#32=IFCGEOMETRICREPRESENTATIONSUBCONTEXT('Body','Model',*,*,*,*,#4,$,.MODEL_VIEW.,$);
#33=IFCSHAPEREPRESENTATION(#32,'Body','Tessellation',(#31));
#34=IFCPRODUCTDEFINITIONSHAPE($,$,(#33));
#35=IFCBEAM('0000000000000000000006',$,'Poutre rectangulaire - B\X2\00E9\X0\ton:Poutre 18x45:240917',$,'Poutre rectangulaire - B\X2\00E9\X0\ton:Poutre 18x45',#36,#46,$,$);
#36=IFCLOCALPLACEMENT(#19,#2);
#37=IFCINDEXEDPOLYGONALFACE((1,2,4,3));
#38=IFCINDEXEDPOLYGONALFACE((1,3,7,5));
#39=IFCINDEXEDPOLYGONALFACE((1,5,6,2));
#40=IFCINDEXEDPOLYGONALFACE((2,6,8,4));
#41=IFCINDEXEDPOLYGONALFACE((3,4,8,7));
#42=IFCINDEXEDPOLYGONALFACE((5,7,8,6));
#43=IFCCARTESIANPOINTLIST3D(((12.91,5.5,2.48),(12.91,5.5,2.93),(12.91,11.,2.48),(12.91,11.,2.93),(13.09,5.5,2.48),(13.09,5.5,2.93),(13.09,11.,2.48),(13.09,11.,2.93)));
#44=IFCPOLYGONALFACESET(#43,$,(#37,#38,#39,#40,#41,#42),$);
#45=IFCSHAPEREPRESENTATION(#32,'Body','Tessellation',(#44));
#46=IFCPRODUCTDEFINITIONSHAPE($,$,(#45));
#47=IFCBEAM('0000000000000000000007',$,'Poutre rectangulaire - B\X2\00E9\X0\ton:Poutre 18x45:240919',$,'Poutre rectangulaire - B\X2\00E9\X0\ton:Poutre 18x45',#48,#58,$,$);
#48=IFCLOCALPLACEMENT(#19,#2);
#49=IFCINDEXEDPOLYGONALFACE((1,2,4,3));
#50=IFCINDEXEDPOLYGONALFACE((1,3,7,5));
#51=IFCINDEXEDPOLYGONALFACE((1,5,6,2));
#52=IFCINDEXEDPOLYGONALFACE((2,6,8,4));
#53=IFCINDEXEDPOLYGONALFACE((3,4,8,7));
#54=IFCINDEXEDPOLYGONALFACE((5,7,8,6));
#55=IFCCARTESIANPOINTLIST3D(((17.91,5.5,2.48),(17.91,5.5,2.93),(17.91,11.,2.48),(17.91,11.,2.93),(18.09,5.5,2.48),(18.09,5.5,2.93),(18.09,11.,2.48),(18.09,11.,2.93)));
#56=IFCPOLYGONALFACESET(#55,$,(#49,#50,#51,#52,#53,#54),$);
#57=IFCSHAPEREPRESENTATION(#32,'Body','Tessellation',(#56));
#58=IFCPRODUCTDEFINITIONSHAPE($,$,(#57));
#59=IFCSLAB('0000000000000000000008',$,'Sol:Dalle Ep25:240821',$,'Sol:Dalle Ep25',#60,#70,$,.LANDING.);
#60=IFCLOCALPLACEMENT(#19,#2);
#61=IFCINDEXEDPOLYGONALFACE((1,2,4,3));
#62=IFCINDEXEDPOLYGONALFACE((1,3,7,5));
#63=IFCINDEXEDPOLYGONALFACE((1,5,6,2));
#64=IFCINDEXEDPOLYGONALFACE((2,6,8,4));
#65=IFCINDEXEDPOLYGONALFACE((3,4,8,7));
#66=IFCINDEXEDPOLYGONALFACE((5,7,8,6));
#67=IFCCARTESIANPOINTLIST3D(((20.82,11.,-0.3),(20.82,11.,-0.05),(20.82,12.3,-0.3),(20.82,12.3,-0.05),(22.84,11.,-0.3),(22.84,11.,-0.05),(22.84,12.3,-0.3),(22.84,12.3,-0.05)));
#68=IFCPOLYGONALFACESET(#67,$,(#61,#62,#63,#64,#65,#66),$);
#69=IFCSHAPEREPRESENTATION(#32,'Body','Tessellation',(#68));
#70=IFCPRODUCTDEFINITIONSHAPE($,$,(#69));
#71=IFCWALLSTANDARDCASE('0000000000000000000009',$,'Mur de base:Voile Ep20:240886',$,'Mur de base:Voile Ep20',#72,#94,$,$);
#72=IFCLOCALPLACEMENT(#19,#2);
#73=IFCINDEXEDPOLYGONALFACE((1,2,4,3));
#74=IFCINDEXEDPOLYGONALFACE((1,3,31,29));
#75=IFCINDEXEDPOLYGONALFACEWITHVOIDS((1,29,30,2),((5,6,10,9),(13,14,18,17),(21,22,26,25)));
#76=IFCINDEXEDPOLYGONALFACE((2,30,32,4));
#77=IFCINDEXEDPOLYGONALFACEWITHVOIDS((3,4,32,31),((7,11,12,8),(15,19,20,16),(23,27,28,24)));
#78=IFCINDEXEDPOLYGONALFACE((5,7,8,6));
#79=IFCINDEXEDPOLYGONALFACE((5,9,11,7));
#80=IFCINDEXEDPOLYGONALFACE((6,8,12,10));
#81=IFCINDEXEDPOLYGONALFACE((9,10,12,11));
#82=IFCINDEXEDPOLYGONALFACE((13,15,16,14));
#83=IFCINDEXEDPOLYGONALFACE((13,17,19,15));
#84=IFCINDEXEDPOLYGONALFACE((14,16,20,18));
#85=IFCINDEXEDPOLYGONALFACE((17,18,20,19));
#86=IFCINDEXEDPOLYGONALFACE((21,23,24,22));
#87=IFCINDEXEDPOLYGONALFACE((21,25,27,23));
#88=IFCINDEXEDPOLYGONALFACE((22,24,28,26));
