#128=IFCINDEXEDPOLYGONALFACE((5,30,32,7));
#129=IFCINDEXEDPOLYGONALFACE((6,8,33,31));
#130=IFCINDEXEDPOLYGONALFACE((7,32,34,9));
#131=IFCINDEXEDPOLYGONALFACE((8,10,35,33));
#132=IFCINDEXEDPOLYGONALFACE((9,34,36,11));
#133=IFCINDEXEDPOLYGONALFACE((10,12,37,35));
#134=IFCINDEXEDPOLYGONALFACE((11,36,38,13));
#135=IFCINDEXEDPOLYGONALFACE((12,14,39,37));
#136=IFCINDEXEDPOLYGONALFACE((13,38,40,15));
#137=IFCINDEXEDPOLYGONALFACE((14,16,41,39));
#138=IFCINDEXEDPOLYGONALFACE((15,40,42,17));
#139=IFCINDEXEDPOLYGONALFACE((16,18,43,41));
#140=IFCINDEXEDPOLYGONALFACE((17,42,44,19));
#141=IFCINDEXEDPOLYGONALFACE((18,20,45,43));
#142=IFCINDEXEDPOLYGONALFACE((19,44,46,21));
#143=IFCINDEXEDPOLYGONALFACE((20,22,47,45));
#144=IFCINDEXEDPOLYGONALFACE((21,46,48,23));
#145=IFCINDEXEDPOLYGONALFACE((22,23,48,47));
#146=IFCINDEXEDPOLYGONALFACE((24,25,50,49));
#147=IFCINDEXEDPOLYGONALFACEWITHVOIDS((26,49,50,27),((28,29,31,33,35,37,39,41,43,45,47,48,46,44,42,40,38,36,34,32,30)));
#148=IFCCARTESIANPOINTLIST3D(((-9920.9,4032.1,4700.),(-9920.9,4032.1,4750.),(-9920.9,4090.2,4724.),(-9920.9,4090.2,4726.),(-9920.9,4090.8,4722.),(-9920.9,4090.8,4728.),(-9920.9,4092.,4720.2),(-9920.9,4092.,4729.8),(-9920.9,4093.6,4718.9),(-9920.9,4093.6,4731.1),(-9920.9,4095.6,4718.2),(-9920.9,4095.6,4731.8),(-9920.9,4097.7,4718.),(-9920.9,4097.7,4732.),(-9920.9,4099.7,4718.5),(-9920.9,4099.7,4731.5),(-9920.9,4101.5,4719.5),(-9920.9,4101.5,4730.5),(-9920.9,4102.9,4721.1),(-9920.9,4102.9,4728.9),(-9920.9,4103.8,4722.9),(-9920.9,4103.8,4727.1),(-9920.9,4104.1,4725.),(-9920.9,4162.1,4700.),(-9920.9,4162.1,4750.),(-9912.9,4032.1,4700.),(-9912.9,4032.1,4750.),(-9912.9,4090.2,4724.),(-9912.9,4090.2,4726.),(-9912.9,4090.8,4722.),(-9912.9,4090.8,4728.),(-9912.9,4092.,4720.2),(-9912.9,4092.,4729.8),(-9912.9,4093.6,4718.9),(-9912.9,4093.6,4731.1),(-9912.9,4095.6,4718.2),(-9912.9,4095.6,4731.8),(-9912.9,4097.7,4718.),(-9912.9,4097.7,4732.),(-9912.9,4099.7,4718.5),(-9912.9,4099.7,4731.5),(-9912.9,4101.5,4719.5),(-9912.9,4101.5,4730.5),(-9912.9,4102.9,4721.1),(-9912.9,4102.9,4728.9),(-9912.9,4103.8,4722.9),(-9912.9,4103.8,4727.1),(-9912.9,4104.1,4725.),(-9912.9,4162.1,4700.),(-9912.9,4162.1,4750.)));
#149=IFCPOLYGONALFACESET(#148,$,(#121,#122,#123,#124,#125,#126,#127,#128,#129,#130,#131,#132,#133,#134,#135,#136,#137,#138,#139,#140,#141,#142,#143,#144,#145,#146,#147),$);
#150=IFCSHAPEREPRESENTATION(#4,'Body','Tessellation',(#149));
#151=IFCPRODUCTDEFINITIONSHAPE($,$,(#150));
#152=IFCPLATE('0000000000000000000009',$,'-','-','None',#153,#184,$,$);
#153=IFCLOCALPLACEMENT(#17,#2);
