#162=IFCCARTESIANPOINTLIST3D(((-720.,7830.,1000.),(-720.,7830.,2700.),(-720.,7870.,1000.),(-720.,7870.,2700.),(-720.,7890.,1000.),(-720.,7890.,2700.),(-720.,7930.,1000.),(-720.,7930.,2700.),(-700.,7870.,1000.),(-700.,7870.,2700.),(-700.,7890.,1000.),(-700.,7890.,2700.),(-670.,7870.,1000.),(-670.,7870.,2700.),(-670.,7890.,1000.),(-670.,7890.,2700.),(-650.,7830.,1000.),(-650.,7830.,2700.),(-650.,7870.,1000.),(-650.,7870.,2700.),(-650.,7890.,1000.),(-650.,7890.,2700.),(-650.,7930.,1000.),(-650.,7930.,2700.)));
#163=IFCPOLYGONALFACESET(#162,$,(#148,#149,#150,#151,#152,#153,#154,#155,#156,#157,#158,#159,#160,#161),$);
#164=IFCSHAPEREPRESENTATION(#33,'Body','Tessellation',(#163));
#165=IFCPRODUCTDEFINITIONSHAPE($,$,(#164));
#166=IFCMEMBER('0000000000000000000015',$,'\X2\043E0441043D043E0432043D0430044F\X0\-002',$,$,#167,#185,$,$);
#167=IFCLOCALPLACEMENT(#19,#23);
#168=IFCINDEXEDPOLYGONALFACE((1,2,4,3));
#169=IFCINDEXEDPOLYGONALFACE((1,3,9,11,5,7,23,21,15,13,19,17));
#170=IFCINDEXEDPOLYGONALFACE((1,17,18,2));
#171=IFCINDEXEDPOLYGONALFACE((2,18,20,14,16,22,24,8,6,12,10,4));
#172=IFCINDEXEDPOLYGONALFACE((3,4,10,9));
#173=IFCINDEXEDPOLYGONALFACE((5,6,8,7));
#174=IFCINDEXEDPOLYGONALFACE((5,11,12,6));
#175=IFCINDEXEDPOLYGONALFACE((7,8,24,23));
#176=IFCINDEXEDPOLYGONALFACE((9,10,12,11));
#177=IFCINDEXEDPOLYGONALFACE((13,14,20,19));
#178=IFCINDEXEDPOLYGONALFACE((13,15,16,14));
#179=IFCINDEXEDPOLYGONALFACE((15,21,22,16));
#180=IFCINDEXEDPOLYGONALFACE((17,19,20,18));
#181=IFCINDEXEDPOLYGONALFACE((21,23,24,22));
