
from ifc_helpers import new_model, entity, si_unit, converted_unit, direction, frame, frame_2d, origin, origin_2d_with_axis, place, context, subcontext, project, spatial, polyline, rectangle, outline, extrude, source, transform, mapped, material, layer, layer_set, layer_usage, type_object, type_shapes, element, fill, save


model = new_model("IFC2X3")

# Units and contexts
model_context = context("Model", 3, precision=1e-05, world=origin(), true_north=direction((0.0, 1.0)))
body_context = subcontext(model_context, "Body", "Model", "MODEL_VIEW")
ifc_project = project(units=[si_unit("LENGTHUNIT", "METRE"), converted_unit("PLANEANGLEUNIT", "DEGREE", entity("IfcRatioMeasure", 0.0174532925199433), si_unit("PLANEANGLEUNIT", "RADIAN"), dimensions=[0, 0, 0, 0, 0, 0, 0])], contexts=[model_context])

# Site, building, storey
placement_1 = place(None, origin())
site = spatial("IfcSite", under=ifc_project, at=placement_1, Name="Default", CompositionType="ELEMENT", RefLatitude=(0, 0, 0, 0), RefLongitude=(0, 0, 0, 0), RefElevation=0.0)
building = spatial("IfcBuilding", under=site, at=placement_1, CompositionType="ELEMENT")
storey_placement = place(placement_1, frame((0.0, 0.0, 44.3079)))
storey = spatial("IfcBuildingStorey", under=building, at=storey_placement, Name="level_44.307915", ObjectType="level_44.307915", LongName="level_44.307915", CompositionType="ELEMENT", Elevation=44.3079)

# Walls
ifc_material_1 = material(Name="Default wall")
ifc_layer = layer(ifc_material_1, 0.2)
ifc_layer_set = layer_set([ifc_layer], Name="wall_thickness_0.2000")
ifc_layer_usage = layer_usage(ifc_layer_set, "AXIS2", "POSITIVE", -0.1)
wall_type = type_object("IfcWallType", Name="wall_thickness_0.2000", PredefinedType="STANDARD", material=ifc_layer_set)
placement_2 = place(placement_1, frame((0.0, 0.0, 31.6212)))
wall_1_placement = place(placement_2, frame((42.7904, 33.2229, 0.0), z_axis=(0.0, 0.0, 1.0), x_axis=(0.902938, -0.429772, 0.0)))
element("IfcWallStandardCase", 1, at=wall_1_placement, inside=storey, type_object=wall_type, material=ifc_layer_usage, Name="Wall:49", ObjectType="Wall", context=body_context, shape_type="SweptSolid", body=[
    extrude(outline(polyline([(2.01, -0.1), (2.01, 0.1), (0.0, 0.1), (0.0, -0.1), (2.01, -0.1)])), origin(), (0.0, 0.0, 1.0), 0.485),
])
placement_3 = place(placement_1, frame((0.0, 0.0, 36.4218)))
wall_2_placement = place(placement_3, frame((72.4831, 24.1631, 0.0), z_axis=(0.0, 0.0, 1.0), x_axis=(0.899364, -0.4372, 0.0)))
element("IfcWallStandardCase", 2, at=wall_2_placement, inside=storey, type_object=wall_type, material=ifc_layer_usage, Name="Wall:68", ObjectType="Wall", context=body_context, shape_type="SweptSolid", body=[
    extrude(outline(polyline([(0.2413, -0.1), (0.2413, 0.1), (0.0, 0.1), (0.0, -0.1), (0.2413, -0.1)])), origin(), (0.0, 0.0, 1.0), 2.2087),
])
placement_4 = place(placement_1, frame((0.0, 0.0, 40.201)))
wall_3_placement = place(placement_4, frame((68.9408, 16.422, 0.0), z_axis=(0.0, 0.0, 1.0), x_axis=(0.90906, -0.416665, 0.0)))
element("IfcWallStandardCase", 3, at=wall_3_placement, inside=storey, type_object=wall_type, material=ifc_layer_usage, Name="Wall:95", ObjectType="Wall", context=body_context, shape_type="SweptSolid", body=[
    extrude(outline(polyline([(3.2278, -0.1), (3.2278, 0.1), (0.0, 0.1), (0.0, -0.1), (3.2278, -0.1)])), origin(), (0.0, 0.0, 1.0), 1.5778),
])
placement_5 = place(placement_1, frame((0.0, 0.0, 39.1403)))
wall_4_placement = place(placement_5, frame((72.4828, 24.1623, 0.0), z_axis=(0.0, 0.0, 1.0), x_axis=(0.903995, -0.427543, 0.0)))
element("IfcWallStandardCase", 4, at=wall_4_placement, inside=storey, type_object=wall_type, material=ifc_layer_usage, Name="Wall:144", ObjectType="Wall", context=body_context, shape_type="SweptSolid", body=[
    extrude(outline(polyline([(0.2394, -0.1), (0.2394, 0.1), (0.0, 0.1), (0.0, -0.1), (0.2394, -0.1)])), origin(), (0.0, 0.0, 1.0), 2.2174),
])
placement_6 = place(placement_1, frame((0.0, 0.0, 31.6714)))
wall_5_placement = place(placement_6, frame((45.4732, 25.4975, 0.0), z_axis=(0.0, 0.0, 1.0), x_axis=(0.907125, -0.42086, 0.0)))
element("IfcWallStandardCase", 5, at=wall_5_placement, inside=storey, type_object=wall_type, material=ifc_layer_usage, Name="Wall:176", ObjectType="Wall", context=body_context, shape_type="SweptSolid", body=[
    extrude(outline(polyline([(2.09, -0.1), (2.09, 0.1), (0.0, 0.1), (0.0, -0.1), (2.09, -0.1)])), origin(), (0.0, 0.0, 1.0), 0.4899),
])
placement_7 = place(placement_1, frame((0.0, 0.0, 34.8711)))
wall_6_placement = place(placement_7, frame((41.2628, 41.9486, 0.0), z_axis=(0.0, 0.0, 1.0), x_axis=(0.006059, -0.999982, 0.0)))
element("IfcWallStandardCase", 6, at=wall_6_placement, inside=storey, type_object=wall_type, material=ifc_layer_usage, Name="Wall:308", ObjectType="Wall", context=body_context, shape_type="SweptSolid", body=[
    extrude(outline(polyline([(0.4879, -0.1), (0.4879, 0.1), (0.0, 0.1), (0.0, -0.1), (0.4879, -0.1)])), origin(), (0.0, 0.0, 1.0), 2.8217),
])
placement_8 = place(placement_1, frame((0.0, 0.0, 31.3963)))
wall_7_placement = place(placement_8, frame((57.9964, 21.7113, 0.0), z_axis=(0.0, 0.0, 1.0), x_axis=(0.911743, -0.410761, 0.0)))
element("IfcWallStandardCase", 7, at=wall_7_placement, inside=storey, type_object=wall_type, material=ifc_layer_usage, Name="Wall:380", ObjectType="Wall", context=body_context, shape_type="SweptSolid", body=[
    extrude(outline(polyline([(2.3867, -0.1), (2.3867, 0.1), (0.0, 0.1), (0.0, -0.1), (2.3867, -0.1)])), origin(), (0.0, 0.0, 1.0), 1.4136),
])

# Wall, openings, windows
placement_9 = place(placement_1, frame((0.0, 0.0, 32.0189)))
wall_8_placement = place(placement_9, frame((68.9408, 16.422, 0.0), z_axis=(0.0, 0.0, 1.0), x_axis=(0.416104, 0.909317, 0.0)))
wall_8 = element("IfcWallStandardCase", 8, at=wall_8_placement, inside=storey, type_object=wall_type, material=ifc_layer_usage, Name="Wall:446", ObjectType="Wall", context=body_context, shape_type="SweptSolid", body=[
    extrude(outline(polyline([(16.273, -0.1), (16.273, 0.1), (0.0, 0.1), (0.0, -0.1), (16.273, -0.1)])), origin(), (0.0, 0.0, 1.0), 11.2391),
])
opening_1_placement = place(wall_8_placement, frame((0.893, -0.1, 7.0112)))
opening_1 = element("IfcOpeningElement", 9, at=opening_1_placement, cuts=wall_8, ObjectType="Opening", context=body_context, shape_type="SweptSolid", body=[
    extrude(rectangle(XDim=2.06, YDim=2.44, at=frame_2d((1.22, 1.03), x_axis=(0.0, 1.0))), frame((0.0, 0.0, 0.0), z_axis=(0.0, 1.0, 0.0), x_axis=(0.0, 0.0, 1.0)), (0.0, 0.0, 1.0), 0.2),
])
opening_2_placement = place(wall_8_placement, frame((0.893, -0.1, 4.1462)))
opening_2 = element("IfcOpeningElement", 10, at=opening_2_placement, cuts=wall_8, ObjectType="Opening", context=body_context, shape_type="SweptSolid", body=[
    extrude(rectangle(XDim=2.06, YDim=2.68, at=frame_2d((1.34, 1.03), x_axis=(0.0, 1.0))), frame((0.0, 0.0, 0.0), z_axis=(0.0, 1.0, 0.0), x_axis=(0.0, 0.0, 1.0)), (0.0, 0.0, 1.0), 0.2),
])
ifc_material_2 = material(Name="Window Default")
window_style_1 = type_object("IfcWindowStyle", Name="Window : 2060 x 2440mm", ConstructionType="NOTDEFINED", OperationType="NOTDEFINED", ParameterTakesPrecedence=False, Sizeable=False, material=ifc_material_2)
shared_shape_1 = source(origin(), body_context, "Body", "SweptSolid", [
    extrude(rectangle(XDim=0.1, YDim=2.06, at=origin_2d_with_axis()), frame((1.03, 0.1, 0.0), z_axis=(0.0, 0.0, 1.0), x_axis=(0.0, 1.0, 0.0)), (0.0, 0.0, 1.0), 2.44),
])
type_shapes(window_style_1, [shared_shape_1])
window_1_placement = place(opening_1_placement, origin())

====

What to do
Reply with one number, the count of lines in the entries that hold the string "IFCINDEXEDPOLYGONALFACEWITHVOIDS".

The answer
3